Entries taken from a collection
━━━━

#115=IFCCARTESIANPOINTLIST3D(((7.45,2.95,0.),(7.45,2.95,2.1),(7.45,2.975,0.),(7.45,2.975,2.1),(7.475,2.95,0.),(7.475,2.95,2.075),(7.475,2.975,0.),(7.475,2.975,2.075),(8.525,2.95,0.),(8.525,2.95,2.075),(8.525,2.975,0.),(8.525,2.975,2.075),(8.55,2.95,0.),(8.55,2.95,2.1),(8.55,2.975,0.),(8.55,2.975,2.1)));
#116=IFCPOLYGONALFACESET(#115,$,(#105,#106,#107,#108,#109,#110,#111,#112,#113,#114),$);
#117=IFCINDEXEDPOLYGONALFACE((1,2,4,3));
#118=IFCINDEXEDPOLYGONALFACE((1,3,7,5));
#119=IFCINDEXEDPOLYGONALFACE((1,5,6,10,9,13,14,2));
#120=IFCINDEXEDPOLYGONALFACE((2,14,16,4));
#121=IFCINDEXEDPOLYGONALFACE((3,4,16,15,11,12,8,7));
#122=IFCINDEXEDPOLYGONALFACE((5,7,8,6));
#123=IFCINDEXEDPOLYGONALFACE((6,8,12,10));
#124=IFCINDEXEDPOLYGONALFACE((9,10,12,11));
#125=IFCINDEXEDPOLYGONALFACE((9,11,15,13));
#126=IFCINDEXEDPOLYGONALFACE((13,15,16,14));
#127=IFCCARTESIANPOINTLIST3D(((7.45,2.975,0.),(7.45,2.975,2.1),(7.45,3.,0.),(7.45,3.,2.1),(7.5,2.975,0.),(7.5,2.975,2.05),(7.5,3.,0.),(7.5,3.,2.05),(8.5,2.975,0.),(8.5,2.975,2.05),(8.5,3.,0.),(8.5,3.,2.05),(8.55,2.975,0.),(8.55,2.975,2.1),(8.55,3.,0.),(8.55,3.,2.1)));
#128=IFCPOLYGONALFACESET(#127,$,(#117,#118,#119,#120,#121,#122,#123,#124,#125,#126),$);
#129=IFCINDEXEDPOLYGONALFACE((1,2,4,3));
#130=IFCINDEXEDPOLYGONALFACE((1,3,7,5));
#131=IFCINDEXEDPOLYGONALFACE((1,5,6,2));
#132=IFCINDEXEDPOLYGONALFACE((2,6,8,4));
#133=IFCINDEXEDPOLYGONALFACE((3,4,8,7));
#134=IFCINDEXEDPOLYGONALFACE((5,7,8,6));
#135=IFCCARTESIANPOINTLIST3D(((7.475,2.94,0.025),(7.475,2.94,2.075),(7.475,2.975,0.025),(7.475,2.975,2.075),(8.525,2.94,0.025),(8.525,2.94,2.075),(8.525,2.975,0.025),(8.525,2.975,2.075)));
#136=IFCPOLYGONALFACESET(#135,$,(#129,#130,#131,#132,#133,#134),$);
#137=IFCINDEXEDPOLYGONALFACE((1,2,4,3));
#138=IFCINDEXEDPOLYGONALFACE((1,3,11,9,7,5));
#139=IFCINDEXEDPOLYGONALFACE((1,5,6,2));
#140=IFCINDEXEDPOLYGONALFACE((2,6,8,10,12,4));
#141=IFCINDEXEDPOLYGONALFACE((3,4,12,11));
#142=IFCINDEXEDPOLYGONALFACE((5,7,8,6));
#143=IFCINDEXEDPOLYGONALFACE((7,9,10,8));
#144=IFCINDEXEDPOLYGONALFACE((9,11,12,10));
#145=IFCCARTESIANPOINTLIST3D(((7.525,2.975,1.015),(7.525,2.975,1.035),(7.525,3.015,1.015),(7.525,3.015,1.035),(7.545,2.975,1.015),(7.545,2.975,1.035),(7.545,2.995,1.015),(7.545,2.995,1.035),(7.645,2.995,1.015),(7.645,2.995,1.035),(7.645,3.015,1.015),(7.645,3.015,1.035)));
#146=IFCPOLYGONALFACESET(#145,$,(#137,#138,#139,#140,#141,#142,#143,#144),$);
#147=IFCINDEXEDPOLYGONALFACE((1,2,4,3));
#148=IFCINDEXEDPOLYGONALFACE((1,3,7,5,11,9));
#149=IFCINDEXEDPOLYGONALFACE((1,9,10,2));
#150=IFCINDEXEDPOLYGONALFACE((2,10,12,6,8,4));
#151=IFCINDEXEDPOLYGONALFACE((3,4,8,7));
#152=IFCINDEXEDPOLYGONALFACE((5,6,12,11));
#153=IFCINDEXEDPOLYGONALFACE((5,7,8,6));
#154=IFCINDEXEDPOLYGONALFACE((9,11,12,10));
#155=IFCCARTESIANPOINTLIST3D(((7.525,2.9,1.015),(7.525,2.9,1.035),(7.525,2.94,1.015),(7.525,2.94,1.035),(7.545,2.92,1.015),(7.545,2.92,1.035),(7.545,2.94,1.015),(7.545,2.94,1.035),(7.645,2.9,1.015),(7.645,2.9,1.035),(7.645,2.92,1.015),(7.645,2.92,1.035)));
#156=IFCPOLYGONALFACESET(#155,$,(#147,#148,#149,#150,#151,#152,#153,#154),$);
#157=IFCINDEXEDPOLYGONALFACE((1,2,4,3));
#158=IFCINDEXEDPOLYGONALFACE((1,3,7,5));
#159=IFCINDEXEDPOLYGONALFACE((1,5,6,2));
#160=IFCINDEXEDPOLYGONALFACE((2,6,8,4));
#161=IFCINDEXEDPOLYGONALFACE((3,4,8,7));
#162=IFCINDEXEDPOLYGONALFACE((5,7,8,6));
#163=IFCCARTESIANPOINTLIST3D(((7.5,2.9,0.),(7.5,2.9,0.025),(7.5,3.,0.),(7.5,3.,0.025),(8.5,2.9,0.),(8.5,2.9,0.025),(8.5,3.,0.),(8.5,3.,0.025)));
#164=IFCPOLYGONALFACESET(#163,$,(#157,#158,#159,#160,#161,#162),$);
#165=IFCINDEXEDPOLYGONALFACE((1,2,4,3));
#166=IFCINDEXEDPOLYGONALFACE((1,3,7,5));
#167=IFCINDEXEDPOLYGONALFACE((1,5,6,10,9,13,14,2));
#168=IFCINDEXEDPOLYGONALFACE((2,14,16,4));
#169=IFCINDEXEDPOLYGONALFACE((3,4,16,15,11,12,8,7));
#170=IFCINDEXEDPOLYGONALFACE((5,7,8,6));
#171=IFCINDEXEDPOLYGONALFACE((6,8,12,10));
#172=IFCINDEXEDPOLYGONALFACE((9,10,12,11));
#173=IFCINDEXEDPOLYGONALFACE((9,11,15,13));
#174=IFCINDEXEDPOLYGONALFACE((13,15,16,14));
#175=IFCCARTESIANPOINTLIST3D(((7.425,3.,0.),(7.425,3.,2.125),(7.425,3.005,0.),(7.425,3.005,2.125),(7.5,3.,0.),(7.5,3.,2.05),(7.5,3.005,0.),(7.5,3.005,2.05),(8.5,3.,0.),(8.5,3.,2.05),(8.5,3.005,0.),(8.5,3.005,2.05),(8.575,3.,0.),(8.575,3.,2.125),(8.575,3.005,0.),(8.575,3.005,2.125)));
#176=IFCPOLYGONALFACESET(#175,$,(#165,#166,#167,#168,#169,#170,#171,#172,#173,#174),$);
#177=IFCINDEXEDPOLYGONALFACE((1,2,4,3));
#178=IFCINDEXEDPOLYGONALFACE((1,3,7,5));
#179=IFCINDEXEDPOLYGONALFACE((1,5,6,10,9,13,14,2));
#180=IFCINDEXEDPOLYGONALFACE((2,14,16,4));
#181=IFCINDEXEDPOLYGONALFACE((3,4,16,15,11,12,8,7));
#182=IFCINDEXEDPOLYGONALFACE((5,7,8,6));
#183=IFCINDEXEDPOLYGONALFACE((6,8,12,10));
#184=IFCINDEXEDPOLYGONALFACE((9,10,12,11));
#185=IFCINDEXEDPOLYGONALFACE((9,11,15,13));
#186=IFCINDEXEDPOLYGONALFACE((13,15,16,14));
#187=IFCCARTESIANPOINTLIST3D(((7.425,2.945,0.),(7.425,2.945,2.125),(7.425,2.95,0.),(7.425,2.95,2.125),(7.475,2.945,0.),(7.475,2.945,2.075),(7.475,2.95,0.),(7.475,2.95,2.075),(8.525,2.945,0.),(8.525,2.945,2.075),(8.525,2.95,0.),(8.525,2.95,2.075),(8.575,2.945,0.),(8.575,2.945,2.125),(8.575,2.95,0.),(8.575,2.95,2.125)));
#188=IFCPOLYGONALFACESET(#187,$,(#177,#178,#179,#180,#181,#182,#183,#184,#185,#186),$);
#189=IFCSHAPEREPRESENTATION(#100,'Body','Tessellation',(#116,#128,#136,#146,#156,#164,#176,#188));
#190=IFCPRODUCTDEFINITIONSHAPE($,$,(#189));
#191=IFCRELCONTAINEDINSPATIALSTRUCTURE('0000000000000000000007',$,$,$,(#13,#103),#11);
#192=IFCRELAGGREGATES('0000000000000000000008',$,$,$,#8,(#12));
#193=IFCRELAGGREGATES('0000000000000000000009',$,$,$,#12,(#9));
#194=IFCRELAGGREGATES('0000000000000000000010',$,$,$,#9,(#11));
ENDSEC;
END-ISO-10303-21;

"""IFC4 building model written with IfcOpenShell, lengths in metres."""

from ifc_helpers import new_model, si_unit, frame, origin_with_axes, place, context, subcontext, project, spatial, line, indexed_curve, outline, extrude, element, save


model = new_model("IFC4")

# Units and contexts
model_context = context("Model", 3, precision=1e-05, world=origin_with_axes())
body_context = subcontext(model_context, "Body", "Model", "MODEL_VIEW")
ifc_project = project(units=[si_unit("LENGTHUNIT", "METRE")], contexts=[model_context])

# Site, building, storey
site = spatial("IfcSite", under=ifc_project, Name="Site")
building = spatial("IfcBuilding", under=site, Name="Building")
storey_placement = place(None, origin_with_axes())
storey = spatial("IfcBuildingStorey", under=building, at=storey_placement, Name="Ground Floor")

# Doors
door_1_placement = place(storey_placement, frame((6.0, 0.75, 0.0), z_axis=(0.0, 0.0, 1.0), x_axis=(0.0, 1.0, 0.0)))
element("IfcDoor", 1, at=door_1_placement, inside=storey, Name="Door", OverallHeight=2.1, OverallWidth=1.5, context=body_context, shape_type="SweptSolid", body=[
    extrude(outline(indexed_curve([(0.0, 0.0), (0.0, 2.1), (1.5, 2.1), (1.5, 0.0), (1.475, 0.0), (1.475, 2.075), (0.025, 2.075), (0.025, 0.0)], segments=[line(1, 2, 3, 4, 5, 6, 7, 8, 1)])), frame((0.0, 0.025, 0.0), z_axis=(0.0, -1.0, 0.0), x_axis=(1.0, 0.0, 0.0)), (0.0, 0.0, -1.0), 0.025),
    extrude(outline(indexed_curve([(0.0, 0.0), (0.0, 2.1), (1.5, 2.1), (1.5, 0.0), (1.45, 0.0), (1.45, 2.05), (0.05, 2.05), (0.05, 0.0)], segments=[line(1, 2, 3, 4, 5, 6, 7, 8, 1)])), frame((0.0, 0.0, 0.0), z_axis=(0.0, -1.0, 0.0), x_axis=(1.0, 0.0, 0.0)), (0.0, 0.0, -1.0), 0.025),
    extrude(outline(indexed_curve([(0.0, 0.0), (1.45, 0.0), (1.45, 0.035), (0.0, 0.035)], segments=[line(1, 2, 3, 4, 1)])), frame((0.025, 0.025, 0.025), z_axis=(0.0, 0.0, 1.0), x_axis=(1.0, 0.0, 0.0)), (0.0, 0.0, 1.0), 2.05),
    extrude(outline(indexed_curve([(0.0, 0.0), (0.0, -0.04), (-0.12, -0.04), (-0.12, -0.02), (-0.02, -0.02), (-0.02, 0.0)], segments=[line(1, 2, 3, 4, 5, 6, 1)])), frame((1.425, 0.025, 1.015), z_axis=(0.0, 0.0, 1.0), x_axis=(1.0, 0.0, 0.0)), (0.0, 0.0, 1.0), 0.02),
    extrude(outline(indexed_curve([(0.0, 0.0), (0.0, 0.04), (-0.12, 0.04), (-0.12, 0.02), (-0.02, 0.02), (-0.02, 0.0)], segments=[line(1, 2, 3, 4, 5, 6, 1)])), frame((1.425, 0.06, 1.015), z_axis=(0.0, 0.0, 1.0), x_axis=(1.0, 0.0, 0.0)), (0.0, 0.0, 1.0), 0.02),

━━━━

Above are the records; from them, give again exactly the lines from the one containing "#165=IFCINDEXEDPOLYGONALFACE((1,2,4,3));" through the one containing "#171=IFCINDEXEDPOLYGONALFACE((6,8,12,10));", both included.

#165=IFCINDEXEDPOLYGONALFACE((1,2,4,3));
#166=IFCINDEXEDPOLYGONALFACE((1,3,7,5));
#167=IFCINDEXEDPOLYGONALFACE((1,5,6,10,9,13,14,2));
#168=IFCINDEXEDPOLYGONALFACE((2,14,16,4));
#169=IFCINDEXEDPOLYGONALFACE((3,4,16,15,11,12,8,7));
#170=IFCINDEXEDPOLYGONALFACE((5,7,8,6));
#171=IFCINDEXEDPOLYGONALFACE((6,8,12,10));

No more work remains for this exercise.